After approximately 13 months of follow-up, for all concurrent cohorts, 90% of all responding patients continue to respond.
Preliminary survival for the patients treated with the concurrent regimen was 82% (95% CI: 69.0%-94.4%).
Related adverse events (AEs) for concurrent therapy were similar, with some higher in frequency than those typically seen for the monotherapies and were generally manageable using immunosuppressants.
Cohort 3, which exceeded the MTD at ipilimumab 3 mg/kg plus nivolumab 3 mg/kg, had a dose-limiting toxicity of grade 3/4 increased lipase.
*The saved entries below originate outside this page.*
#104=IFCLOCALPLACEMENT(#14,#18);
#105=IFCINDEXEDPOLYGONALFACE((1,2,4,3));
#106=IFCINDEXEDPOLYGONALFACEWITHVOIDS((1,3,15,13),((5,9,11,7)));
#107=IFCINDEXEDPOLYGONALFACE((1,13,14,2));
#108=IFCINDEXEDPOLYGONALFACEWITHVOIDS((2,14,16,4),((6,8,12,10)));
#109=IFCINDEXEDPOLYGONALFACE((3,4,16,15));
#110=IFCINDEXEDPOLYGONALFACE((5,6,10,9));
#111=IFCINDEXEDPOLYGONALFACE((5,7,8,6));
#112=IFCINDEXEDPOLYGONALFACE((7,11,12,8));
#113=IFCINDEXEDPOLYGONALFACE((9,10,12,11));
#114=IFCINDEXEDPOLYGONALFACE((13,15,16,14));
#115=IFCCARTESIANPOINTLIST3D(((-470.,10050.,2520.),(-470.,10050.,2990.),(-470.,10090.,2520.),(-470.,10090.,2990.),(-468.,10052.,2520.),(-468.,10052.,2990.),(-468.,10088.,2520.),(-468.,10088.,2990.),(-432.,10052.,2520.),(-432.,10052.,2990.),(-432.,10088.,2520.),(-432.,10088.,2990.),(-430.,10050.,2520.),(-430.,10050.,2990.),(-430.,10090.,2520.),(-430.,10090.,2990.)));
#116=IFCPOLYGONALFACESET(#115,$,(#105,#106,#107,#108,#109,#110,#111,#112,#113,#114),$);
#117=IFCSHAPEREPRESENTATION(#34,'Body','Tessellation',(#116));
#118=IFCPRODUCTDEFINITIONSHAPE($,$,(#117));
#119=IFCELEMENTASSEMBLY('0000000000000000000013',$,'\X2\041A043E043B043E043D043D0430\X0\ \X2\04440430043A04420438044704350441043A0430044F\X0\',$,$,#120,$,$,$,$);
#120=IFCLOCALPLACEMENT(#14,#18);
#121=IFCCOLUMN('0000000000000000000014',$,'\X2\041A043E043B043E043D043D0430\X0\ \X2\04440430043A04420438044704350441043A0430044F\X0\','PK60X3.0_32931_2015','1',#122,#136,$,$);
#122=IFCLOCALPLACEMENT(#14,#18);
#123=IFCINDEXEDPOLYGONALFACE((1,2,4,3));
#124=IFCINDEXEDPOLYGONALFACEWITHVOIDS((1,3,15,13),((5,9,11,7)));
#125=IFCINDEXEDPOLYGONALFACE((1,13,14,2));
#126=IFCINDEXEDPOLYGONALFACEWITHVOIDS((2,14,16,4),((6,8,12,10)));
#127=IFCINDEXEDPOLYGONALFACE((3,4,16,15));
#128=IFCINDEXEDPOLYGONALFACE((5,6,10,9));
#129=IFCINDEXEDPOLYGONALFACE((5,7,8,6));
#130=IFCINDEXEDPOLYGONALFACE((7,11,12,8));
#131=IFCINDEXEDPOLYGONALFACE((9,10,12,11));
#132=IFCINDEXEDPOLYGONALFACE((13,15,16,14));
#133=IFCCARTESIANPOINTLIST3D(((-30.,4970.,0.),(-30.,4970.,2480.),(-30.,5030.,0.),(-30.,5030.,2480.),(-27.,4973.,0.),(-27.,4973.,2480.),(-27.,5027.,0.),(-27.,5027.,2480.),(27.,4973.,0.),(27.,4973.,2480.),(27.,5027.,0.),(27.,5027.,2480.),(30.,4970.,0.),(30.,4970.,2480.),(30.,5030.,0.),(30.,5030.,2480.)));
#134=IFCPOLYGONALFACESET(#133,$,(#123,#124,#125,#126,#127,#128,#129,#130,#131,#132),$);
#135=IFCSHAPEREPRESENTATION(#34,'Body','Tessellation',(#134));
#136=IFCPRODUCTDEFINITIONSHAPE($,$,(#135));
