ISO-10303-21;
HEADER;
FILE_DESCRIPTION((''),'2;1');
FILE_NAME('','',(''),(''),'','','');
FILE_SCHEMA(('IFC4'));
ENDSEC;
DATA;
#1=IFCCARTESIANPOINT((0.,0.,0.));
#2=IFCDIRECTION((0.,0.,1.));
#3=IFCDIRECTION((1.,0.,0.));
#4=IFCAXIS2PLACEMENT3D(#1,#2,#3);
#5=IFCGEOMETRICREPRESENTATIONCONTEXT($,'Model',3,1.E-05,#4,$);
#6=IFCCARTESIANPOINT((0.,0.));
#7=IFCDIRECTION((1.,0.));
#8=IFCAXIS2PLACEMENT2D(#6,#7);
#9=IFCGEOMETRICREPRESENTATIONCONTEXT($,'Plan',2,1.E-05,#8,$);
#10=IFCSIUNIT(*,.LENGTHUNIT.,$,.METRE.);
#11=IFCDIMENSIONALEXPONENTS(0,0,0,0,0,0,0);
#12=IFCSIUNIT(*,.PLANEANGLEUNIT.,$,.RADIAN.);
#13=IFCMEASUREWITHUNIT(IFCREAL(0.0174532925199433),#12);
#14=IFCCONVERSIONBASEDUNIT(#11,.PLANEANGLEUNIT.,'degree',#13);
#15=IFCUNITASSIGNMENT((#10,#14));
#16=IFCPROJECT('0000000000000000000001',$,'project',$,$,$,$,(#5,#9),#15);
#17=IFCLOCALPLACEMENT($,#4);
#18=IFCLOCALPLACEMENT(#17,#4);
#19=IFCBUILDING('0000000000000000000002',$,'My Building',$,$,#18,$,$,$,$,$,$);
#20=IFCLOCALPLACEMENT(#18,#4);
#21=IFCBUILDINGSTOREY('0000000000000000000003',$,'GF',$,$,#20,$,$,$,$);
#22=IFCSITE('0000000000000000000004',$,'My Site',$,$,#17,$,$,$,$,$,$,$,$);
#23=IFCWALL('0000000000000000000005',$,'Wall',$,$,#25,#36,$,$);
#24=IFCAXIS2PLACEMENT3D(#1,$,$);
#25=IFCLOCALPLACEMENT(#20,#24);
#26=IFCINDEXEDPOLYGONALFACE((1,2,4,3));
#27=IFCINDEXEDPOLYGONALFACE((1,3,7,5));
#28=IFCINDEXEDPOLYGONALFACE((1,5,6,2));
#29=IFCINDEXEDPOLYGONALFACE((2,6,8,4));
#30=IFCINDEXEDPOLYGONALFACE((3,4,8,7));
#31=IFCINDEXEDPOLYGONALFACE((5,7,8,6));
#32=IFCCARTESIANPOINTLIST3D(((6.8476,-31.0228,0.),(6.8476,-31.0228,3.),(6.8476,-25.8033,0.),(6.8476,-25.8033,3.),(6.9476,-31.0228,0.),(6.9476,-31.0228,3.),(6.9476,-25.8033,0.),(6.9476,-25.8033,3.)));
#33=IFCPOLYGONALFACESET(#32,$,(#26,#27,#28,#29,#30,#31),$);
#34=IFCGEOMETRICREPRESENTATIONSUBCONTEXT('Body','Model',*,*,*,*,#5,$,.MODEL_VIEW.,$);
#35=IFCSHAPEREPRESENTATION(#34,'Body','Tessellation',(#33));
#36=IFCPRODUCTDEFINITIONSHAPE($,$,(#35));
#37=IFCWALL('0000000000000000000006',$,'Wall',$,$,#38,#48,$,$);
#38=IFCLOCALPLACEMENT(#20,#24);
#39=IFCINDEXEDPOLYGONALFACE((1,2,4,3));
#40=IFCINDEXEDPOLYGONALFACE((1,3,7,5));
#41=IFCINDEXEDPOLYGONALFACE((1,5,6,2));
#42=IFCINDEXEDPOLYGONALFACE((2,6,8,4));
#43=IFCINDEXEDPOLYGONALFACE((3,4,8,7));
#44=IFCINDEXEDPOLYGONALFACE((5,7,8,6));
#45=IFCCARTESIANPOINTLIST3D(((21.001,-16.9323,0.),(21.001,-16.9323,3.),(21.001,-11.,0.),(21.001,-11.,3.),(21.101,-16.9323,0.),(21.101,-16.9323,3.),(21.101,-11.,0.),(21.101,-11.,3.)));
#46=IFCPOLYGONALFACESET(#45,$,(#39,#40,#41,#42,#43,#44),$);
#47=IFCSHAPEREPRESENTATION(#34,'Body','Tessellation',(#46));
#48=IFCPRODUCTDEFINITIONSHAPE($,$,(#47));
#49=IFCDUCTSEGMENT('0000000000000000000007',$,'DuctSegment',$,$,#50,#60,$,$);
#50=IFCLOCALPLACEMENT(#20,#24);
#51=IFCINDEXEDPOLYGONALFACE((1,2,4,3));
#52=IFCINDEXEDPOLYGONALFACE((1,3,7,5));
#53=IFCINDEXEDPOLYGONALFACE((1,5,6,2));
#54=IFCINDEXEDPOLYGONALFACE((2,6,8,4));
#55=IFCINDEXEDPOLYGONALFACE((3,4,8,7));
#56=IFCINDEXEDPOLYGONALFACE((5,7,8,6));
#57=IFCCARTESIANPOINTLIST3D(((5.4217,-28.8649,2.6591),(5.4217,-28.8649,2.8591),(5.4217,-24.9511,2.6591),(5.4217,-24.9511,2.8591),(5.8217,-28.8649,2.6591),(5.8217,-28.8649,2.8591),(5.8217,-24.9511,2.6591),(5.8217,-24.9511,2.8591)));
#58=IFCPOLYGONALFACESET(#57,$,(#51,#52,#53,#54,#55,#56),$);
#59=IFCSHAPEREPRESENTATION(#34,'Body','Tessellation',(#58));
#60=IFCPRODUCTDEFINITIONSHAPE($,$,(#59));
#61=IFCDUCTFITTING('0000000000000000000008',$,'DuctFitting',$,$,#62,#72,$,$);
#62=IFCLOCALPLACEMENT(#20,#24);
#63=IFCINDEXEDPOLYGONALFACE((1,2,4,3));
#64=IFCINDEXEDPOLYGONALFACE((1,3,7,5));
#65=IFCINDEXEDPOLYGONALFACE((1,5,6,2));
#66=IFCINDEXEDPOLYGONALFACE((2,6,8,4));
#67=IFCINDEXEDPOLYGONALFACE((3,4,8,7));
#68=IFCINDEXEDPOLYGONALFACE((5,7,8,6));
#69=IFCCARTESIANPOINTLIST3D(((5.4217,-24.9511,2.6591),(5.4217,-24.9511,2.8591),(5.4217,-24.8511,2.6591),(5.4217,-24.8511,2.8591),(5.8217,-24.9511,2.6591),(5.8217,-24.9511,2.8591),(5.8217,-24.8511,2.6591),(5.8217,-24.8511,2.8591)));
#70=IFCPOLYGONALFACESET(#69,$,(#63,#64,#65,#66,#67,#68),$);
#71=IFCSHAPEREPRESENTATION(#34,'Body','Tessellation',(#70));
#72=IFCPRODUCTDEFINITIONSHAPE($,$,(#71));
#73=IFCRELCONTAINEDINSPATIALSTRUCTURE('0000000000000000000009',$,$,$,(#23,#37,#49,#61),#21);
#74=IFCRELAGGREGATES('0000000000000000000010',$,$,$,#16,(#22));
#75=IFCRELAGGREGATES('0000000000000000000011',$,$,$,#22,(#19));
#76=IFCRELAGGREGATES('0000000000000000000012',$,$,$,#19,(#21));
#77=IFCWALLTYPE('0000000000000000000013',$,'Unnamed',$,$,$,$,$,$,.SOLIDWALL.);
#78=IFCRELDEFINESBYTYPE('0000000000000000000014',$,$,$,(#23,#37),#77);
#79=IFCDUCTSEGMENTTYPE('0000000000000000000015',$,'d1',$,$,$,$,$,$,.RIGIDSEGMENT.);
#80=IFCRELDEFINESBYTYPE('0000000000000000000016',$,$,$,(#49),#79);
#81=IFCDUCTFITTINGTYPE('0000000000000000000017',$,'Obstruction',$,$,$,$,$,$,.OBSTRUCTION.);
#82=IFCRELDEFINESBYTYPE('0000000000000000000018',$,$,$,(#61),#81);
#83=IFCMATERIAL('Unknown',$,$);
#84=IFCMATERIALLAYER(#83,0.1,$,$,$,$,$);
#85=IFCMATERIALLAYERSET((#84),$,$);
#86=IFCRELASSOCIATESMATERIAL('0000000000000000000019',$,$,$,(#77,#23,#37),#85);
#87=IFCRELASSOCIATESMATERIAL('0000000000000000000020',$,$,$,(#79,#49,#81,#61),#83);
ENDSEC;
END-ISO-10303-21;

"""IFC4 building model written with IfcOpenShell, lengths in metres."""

from ifc_helpers import new_model, entity, si_unit, converted_unit, frame, origin_with_axes, origin_2d_with_axis, place, context, subcontext, project, spatial, line, indexed_curve, rectangle, outline, extrude, material, layer, layer_set, layer_usage, material_profile, profile_set, profile_usage, type_object, element, save


model = new_model("IFC4")

# Units and contexts
model_context = context("Model", 3, precision=1e-05, world=origin_with_axes())
plan_context = context("Plan", 2, precision=1e-05, world=origin_2d_with_axis())
body_context_1 = subcontext(model_context, "Body", "Model", "MODEL_VIEW")
ifc_project = project(units=[si_unit("LENGTHUNIT", "METRE"), converted_unit("PLANEANGLEUNIT", "degree", entity("IfcReal", 0.0174532925199433), si_unit("PLANEANGLEUNIT", "RADIAN"), dimensions=[0, 0, 0, 0, 0, 0, 0])], contexts=[model_context, plan_context])

# Site, building, storey
site_placement = place(None, origin_with_axes())
site = spatial("IfcSite", under=ifc_project, at=site_placement, Name="My Site")
building_placement = place(site_placement, origin_with_axes())
building = spatial("IfcBuilding", under=site, at=building_placement, Name="My Building")
storey_placement = place(building_placement, origin_with_axes())
storey = spatial("IfcBuildingStorey", under=building, at=storey_placement, Name="GF")

# Shared definitions
ifc_material = material(Name="Unknown")
ifc_layer = layer(ifc_material, 0.1)
ifc_layer_set = layer_set([ifc_layer])
wall_type = type_object("IfcWallType", Name="Unnamed", PredefinedType="SOLIDWALL", material=ifc_layer_set)

# Walls
ifc_layer_usage_1 = layer_usage(ifc_layer_set, "AXIS2", "POSITIVE", 0.0)
wall_1_placement = place(storey_placement, frame((6.8476, -25.8033, 0.0), z_axis=(0.0, 0.0, 1.0), x_axis=(0.0, -1.0, 0.0)))
element("IfcWall", 1, at=wall_1_placement, inside=storey, type_object=wall_type, material=ifc_layer_usage_1, Name="Wall", context=body_context_1, shape_type="SweptSolid", body=[
    extrude(outline(indexed_curve([(0.0, 0.0), (0.0, 0.1), (5.2195, 0.1), (5.2195, 0.0)], segments=[line(1, 2, 3, 4, 1)])), origin_with_axes(), (0.0, 0.0, 1.0), 3.0),
])
ifc_layer_usage_2 = layer_usage(ifc_layer_set, "AXIS2", "POSITIVE", 0.0)
wall_2_placement = place(storey_placement, frame((21.101, -16.9323, 0.0), z_axis=(0.0, 0.0, 1.0), x_axis=(0.0, 1.0, 0.0)))
element("IfcWall", 2, at=wall_2_placement, inside=storey, type_object=wall_type, material=ifc_layer_usage_2, Name="Wall", context=body_context_1, shape_type="SweptSolid", body=[
    extrude(outline(indexed_curve([(0.0, 0.0), (0.0, 0.1), (5.9323, 0.1), (5.9323, 0.0)], segments=[line(1, 2, 3, 4, 1)])), origin_with_axes(), (0.0, 0.0, 1.0), 3.0),
])

# Duct segment
ifc_material_profile_1 = material_profile(ifc_material, rectangle(XDim=0.4, YDim=0.2))
ifc_profile_set_1 = profile_set([ifc_material_profile_1])
ifc_profile_usage_1 = profile_usage(ifc_profile_set_1, cardinal=5)
duct_segment_type = type_object("IfcDuctSegmentType", Name="d1", PredefinedType="RIGIDSEGMENT", material=ifc_profile_set_1)
duct_segment_placement = place(storey_placement, frame((5.6217, -24.9511, 2.7591), z_axis=(0.0, -1.0, 0.0), x_axis=(1.0, 0.0, 0.0)))
element("IfcDuctSegment", 3, at=duct_segment_placement, inside=storey, type_object=duct_segment_type, material=ifc_profile_usage_1, Name="DuctSegment", context=body_context_1, shape_type="SweptSolid", body=[
    extrude(rectangle(XDim=0.4, YDim=0.2), origin_with_axes(), (0.0, 0.0, 1.0), 3.9138),
])

# Duct fitting
ifc_material_profile_2 = material_profile(ifc_material, rectangle(XDim=0.4, YDim=0.2))
ifc_profile_set_2 = profile_set([ifc_material_profile_2])
ifc_profile_usage_2 = profile_usage(ifc_profile_set_2, cardinal=5)
duct_fitting_type = type_object("IfcDuctFittingType", Name="Obstruction", PredefinedType="OBSTRUCTION", material=ifc_profile_set_2)
duct_fitting_placement = place(storey_placement, frame((5.6217, -24.8511, 2.7591), z_axis=(0.0, -1.0, 0.0), x_axis=(1.0, 0.0, 0.0)))
element("IfcDuctFitting", 4, at=duct_fitting_placement, inside=storey, type_object=duct_fitting_type, material=ifc_profile_usage_2, Name="DuctFitting", context=body_context_1, shape_type="SweptSolid", body=[
    extrude(rectangle(XDim=0.4, YDim=0.2), origin_with_axes(), (0.0, 0.0, 1.0), 0.1),
])

save(model, "model.ifc")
At the MTD, grade 3/4 related AEs occurred in 59% of patients and included uveitis/choroiditis, colitis, and reversible laboratory abnormalities. There were no treatment-related deaths.
“Based on these results, a phase 3 trial is open to investigate the efficacy of the concurrent nivolumab/ipilimumab combination versus nivolumab versus ipilimumab in patients with advanced melanoma,” Dr. Wolchok said. This combination is also being investigated in non-small cell lung and renal cancers.
This research was supported by Bristol-Myers Squibb.
Reference
Wolchok JD, Kluger H, Callahan MK, et al. Nivolumab plus Ipilimumab in advanced melanoma. N Engl J Med. Epub June 2, 2013.